Apple’s browser Safari 14 will arrive with iOS 14 and macOS Big Sur. Users can log in to websites that support this new feature through Face ID or Touch ID. Safari 14 has been confirmed in the beta version of the browser. In addition, Apple also details the working principle of this feature for developers in the WWDC video. This feature is built on the WebAuthn component based on the FIDO2 standard and developed by the FIDO Alliance. It can make logging into a website as easy as logging into an app by Touch ID or Face ID.
WebAuthn is an API that hopes to make web login easier and more secure. General login passwords are easy to guess and vulnerable to phishing attacks. Unlike conventional passwords, WebAuthn uses public-key encryption technology. It also uses biometrics or hardware security keys to verify the identity of users. However, personal websites need to support this standard. The support of this feature in Safari 14 may greatly promote the adoption of this standard.
This feature update is not part of Apple’s first support of the FIDO2 standard. Last year’s iOS 13.3 supported some physical security keys that conformed to the FIDO2 standard on the Safari browser. These security keys provide more protection for the user’s account. This is important because an attacker needs physical access to the user’s key to access their account. In 2019, Safari on macOS also supports security keys. However, the new Safari 14 function will be more seamless. It mainly relies on the biometric security information built into Apple devices and does not require the use of separate hardware in the form of a security key.
Similar to what the Android system offers
The new features of the iOS system are similar to the previous Android system. Google’s mobile operating system received FIDO2 certification last year, after which Google announced that users can log in to some of its services through the Chrome browser on Android without a password.
In the past, Apple devices have been able to use Touch ID and Face ID during online login. However, before the update, this feature relied on using biometric security technology to automatically fill in previously-stored passwords on the website.

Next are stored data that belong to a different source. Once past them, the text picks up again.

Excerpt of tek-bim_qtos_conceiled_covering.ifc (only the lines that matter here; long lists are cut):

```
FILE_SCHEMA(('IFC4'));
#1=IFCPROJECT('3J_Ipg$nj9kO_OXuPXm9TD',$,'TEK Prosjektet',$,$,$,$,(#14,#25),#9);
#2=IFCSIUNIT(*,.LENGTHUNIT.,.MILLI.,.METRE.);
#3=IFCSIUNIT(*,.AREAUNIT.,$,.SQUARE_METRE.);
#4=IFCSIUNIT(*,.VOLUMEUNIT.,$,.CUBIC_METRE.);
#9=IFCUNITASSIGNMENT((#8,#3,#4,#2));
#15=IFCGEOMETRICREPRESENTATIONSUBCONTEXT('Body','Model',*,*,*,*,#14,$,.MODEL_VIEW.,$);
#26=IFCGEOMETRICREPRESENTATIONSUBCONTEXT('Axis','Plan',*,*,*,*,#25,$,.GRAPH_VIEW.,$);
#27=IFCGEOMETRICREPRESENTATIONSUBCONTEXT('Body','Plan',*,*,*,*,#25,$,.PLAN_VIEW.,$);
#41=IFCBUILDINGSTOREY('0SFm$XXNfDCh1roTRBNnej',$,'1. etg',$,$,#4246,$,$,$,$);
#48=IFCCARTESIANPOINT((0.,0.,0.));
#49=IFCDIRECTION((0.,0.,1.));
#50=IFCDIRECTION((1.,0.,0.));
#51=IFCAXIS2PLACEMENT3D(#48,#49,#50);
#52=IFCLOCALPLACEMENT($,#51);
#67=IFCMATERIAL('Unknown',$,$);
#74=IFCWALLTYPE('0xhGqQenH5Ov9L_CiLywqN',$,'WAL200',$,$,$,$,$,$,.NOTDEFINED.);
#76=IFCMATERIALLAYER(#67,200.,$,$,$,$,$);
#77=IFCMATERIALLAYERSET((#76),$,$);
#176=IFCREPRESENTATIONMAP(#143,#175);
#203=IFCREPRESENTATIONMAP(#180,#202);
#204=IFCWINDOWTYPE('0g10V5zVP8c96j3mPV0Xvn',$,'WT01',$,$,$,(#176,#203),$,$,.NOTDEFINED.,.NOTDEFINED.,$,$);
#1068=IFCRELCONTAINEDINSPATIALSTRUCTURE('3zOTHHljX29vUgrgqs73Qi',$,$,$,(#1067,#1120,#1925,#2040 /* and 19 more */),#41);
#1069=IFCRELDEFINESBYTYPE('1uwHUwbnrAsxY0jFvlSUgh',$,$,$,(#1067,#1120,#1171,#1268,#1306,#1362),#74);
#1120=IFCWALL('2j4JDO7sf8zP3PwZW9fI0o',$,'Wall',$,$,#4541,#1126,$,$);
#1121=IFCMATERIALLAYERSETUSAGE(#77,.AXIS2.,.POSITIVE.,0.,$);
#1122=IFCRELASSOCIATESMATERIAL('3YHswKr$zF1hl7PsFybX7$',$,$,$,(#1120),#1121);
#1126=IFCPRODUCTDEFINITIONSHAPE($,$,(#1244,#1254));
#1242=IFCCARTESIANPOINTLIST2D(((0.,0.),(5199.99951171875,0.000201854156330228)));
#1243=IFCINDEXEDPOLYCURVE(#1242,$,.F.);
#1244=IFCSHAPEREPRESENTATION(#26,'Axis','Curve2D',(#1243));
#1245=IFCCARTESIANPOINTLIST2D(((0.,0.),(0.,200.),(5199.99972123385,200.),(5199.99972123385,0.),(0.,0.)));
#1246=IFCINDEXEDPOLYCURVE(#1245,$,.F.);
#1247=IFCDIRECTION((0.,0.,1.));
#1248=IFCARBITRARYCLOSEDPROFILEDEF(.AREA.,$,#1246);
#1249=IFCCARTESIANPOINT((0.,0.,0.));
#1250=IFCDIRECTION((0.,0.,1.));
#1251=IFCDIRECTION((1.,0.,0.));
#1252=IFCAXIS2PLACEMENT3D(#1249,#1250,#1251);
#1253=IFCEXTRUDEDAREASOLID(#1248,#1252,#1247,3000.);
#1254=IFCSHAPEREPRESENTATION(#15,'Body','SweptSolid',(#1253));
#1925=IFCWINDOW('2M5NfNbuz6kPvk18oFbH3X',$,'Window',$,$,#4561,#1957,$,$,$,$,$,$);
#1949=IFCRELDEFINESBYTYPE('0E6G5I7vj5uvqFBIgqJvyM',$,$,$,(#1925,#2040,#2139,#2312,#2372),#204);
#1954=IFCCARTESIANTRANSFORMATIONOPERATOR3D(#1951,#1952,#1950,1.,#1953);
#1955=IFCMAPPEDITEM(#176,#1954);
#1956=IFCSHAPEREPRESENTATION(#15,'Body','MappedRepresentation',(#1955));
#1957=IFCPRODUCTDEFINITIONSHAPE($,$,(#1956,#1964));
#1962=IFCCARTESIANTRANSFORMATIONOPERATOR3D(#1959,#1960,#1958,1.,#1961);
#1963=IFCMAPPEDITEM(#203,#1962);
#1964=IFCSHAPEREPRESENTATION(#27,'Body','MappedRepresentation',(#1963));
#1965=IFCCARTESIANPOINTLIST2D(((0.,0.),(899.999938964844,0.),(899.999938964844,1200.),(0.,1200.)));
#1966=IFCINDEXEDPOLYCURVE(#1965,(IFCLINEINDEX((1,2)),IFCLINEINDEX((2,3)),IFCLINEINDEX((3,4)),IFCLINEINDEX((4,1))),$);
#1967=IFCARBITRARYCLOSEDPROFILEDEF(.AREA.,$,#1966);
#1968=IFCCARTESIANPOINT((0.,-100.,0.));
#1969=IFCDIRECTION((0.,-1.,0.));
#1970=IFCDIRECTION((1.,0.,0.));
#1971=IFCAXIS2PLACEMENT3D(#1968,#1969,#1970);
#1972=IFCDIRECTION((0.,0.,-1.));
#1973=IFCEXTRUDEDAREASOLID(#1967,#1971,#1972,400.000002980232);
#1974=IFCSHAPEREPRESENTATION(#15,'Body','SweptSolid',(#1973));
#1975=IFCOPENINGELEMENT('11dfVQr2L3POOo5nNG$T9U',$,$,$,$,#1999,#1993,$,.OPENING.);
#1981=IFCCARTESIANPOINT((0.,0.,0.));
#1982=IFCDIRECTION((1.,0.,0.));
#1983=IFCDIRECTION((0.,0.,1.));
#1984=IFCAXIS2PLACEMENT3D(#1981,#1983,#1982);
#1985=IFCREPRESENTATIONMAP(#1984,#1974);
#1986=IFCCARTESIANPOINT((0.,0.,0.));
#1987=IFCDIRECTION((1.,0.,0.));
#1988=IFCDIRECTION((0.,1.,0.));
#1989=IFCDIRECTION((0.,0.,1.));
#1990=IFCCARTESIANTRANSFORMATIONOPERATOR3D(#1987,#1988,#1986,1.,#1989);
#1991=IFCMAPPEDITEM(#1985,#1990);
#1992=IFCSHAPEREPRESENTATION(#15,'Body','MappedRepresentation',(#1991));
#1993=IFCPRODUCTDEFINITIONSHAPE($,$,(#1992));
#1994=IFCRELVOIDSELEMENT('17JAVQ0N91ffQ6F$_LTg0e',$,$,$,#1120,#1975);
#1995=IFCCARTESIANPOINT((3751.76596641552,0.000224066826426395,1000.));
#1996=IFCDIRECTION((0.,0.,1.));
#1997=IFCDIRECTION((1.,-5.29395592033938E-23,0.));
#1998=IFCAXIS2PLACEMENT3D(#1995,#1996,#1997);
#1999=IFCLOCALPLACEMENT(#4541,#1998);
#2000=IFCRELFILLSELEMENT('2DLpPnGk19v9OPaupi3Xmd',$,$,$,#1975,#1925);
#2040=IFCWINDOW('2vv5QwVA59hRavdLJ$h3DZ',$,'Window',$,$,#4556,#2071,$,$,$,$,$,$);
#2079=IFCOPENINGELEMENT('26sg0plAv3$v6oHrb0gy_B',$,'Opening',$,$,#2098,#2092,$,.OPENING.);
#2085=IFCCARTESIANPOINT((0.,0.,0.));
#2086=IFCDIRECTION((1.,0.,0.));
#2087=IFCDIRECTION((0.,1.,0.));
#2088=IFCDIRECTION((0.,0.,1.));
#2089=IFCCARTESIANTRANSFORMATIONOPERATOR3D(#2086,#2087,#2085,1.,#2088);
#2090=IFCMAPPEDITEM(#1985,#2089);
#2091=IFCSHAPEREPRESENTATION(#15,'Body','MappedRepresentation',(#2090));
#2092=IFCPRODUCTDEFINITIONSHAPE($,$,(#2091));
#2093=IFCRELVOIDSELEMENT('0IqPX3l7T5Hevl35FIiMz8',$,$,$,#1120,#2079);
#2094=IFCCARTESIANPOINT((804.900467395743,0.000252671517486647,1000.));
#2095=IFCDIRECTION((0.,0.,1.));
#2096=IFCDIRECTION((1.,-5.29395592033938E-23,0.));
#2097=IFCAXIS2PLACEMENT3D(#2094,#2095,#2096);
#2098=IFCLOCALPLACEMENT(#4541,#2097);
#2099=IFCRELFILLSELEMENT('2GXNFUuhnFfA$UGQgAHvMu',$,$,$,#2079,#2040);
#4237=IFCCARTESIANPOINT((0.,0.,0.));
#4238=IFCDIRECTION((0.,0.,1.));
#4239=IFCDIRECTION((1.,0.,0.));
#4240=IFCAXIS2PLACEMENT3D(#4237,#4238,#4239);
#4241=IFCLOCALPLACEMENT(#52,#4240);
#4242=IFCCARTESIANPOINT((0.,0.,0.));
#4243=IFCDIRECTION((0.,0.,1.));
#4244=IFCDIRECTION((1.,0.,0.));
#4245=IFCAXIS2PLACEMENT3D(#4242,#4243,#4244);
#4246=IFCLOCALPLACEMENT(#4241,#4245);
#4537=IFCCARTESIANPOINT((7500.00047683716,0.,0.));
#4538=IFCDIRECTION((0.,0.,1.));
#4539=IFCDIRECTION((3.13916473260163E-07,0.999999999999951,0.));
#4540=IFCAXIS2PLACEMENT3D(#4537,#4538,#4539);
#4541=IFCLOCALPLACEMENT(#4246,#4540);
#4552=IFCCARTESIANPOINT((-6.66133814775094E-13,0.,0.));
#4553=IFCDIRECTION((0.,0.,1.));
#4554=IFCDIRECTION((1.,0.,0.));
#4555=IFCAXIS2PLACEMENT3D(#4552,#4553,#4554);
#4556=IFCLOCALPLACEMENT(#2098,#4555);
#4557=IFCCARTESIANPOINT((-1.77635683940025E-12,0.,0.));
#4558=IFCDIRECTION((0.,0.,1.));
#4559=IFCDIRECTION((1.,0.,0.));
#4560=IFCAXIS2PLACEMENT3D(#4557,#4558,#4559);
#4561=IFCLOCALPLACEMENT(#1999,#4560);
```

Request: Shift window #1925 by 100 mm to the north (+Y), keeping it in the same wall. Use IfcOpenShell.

```python
import ifcopenshell
import ifcopenshell.api.geometry
import ifcopenshell.util.placement
import ifcopenshell.util.unit

model = ifcopenshell.open("tek-bim_qtos_conceiled_covering.ifc")
unit_scale = ifcopenshell.util.unit.calculate_unit_scale(model)

window = model.by_guid("2M5NfNbuz6kPvk18oFbH3X")
opening = window.FillsVoids[0].RelatingOpeningElement
wall = opening.VoidsElements[0].RelatingBuildingElement

wall_matrix = ifcopenshell.util.placement.get_local_placement(wall.ObjectPlacement)
shift = wall_matrix[:3, 0] * 0.1 / unit_scale
before = ifcopenshell.util.placement.get_local_placement(window.ObjectPlacement)[:3, 3].copy()

# The window is placed relative to its opening, so it follows when the opening moves.
matrix = ifcopenshell.util.placement.get_local_placement(opening.ObjectPlacement)
matrix[:3, 3] += shift
ifcopenshell.api.geometry.edit_object_placement(
    model, product=opening, matrix=matrix, is_si=False, should_transform_children=True
)

after = ifcopenshell.util.placement.get_local_placement(window.ObjectPlacement)[:3, 3]
print("window moved by", (after - before).round(3) + 0.0)

model.write("tek-bim_qtos_conceiled_covering-out.ifc")
```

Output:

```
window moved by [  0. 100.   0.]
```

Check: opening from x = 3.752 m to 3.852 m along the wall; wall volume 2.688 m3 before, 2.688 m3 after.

Once set up, WebAuthn can be used to bypass the password filling process, which means it is not susceptible to similar attacks that can lead to insecure passwords.
Earlier this year, Apple joined the FIDO alliance and became a member of the growing team that supports the FIDO2 standard. Like Google, Microsoft also announced a password-free plan for Windows 10 last year, and in 2018 began allowing users to log in to their accounts on the Edge browser using security keys and the biometric Windows Hello security feature.